Analysis of performance with benchmarks
Lumberjack was designed from the start to be fast. And fast it is! The project itself comes with a suite of benchmarking tests. With a simple build-and-go in Xcode you can run them yourself. But the main reason the benchmarking tests are there is so the project maintainers never neglect the performance factor.
But what makes lumberjack so fast?
Lumberjack takes advantage of grand central dispatch (GCD) if it is available on the target platform. For example, the framework will execute each individual logger concurrently. This means that the framework can write log messages to the console and a file at the same time, using multiple CPU cores. And GCD optimizes all this multi-threading for us automatically, meaning the framework can scale from 1 CPU core to 100.
If GCD is not available, Lumberjack still performs excellently using traditional multi-threaded optimizations.
Lumberjack has the ability to execute certain log statements asynchronously. (This is, of course, optional and you can disable it or fine-tune it as you see fit.)
The default philosophy for asynchronous logging is very simple:
- Log messages with errors should be executed synchronously.
After all, an error just occurred. The application could be unstable.\
- All other log messages, such as debug output, are executed asynchronously.
After all, if it wasn't an error, then it was just informational output, or something the application was easily able to recover from.
This is easily configurable. And the performance of the library does not solely rely on asynchronous logging.
The simple truth is that NSLog is just plain slow.
But why? To answer that question, let's find out what NSLog does, and then how it does it.
What does NSLog do exactly?
NSLog does 2 things:
- It writes log messages to the Apple System Logging (asl) facility. This allows log messages to show up in Console.app.
- It also checks to see if the application's stderr stream is going to a terminal (such as when the application is being run via Xcode). If so it writes the log message to stderr (so that it shows up in the Xcode console).
Writing to STDERR doesn't sound difficult. That can be accomplished with fprintf and the stderr file descriptor reference. But what about asl?
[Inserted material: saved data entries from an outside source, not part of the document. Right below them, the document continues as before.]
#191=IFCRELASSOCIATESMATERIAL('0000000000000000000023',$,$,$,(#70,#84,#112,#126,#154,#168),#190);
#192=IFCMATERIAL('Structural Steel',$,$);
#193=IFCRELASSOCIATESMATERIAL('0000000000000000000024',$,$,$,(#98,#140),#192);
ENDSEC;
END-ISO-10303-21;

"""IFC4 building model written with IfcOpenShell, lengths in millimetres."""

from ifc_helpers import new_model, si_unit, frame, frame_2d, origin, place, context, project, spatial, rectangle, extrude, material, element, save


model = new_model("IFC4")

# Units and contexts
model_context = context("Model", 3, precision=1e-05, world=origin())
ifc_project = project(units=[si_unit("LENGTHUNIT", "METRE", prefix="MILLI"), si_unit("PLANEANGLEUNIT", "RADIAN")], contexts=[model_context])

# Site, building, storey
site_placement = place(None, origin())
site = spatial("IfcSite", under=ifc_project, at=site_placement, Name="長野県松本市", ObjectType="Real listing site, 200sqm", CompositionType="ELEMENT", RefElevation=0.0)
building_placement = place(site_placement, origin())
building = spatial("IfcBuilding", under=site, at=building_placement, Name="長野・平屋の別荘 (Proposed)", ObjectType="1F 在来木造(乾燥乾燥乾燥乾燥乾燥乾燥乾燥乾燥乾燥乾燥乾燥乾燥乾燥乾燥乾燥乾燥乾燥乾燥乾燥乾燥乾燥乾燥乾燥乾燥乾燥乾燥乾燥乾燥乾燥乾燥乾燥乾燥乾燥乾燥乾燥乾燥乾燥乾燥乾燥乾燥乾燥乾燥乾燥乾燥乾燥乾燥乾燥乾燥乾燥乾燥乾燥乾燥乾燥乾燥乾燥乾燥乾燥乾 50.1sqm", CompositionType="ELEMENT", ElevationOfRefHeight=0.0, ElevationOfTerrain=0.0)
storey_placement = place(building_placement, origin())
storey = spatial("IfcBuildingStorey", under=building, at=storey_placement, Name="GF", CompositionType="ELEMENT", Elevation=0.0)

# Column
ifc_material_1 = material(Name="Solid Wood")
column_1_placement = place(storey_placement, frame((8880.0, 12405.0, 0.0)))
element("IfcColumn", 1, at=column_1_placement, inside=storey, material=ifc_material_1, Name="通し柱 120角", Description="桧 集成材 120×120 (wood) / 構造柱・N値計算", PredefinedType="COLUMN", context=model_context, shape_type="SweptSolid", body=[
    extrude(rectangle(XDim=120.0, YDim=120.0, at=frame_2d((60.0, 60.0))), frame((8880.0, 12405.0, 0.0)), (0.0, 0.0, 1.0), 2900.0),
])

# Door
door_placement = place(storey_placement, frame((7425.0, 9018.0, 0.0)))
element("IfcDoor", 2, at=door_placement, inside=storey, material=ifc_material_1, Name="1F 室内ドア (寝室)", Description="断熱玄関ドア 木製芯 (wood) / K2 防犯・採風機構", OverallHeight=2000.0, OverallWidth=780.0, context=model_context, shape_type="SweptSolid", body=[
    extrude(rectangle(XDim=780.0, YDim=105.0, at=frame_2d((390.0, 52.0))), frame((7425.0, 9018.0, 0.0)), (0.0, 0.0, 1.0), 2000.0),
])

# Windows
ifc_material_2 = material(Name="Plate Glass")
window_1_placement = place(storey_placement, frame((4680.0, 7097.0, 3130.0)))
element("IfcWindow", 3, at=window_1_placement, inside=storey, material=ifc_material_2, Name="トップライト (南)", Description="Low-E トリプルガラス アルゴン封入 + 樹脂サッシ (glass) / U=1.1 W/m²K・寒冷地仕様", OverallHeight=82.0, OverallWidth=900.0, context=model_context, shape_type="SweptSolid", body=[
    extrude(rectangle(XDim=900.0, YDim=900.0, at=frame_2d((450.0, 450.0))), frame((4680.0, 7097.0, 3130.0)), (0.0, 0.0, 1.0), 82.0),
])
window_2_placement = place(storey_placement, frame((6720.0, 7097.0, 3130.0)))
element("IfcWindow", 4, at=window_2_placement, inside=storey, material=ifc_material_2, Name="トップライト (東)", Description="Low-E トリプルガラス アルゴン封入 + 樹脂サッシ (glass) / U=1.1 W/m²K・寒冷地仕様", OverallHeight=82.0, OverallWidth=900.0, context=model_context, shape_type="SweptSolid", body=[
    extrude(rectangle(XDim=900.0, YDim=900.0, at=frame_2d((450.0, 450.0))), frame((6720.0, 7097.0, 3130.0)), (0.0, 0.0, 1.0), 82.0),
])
The best documentation I've found about ASL is a 10 part blog post from Peter Hosey: link
Without going into too much detail, the highlight (as it concerns performance) is this:
To send a log message to the ASL facility, you basically open a client connection to the ASL daemon and send the message. BUT - each thread must use a separate client connection. So, to be thread safe, every time NSLog is called it opens a new asl client connection, sends the message, and then closes the connection. (1)
The lumberjack framework avoids much of the cost by creating a single re-usable asl client connection for its background logging thread.
^1 - Assuming that NSLog acts like its open-source cousin CFShow.
As mentioned earlier, the Lumberjack framework comes with a suite of benchmarking tests. You can run these benchmark tests yourself using the "BenchmarkMac" or "BenchmarkIPhone" Xcode projects. When you build-and-go, the project will output the results to the Xcode console in a human-readable format at the end of the benchmarking process. It will also output a CSV file in case you wanted to graph the results.
There are 4 main tests. The base case for each test is a standard NSLog statement. Each test is run 20 times, from which a min, max and average time is calculated. The benchmark includes various configurations of the Lumberjack framework, such as:
- logging to the console only
- logging to a file only
- logging to the console & file at the same time
Asynchronous logging test. Execute 1,000 log statements. All lumberjack log statements are queued onto a background logging thread.
Synchronous logging test. Execute 1,000 log statements. All lumberjack log statements are executed synchronously. They may still be executed on a background logging thread, but the original log statement does not return until the logging has completed.
Real life simulation with an even spread of log statements across various levels. Execute 1,000 log statements. 25% will be above the log level and will be filtered out. 50% will be executed asynchronously. 25% will be executed synchronously.
Real life simulation with an abundance of debug log statements. Execute 1,000 log statements. 90% will be filtered out. 10% will be error messages, executed synchronously.
The numbers for test #4 came from some projects that I've worked on in the past. A bit of regex revealed that 90% of my log statements were debug messages. The other 10% were spread among the various other levels, but I wanted the benchmark test to be "worst case" with respect to this 10%.
Note that all of these benchmark test are configurable. So if you wanted to try, for example, test #4 with different percentages, you can easily change the test yourself.